What Helps sensitive teeth after whitening?

March 23, 2020
How to Care for Your Teeth

It seems like the ultimate practice in ease and convenience: teeth bleaching at home. Although using a less expensive product at home can be a good alternative to other treatment options, you should know that some bleaching products – such as trays and strips – can result in sensitivity. If you want a gleaming white smile at home without the resulting irritation, take care that you always follow the instructions and watch out for foods that could have you wincing after a whitening session. Here are some ways to keep your teeth strong and healthy as you whiten.

Take Care When Brushing

If you're planning to brush your teeth in conjunction with bleaching, make sure that you brush before, rather than after. When you remove the strips, your teeth can be extra sensitive, and any style of toothbrushing can irritate weakened layers of your teeth. If you must brush afterward, do so with a soft-bristled brush like Colgate® SlimSoft to clean teeth safely and with extra care.

Read the Labels

The American Dental Association notes that tooth sensitivity is directly related to hydrogen peroxide concentration in various whitening products. Some users are subject to more sensitivity than others, so if whitening leaves your teeth feeling sensitive, read the labels on your products. Always use the lowest concentration of active ingredients necessary to achieve a brighter smile. Of course, some stains are more stubborn than others, so a higher concentration is required. But if you're just looking for general brightening, you might not need the heavy-duty products.

Opt for Toothpaste

If your teeth protest when you use strips or trays, you might need a gentler product. Use toothpaste to whiten instead, which typically has a lower concentration of active bleaching ingredients, and thus won't aggravate your sensitive teeth as much.

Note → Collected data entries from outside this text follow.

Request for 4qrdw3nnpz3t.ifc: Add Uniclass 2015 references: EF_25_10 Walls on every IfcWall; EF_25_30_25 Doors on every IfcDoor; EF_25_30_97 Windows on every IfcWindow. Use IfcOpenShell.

First a look at what the model holds.

```python
import ifcopenshell

model = ifcopenshell.open("4qrdw3nnpz3t.ifc")
print(model.schema)
print("classifications:", [c.Name for c in model.by_type("IfcClassification")])
for ifc_class in ("IfcDoor", "IfcRoof", "IfcStair", "IfcWall", "IfcWindow"):
    print(ifc_class, len(model.by_type(ifc_class)))
```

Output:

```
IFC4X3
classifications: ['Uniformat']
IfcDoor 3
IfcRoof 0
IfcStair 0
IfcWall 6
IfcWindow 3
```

```python
import ifcopenshell
import ifcopenshell.api.classification

model = ifcopenshell.open("4qrdw3nnpz3t.ifc")

system = ifcopenshell.api.classification.add_classification(model, classification="Uniclass 2015")

codes = {
    "IfcWall": ("EF_25_10", "Walls"),
    "IfcDoor": ("EF_25_30_25", "Doors"),
    "IfcWindow": ("EF_25_30_97", "Windows"),
}
for ifc_class, (code, name) in codes.items():
    products = model.by_type(ifc_class)
    ifcopenshell.api.classification.add_reference(
        model, products=products, classification=system, identification=code, name=name
    )
    print(code, len(products))

model.write("4qrdw3nnpz3t_v2.ifc")
```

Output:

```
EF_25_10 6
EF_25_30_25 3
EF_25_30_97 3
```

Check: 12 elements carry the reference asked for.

Colgate® Sensitive Maximum Strength Whitening combines whitening ingredients with potassium nitrate, which helps soothe sensitive teeth so you get the best of both worlds.

Follow the Instructions

One of the most common mistakes with whitening products is simply not using them as directed. When you leave the whitening agent on your teeth longer than directed or advised, you're opening your teeth up to sensitivity and pain due to prolonged exposure. It's why most whitening strip kits are packaged for several days of treatment: whitening little by little results in less sensitivity than whitening a lot during one session.

Avoid Certain Foods

Hot, cold and acidic foods can all exacerbate tooth sensitivity, and you'll be more susceptible to pain after bleaching at home. Therefore, if you find that your teeth are sensitive after whitening, avoid foods that are hot, cold or acidic for a few hours after your bleaching session.

Luckily, you have plenty of options when it comes to teeth bleaching at home. If trays and strips hurt, you can turn to toothpaste or talk to your dentist about other alternatives. There's no need to sacrifice a bright smile because you have sensitive teeth. With the right products and precautions, a whiter smile is yours for the taking.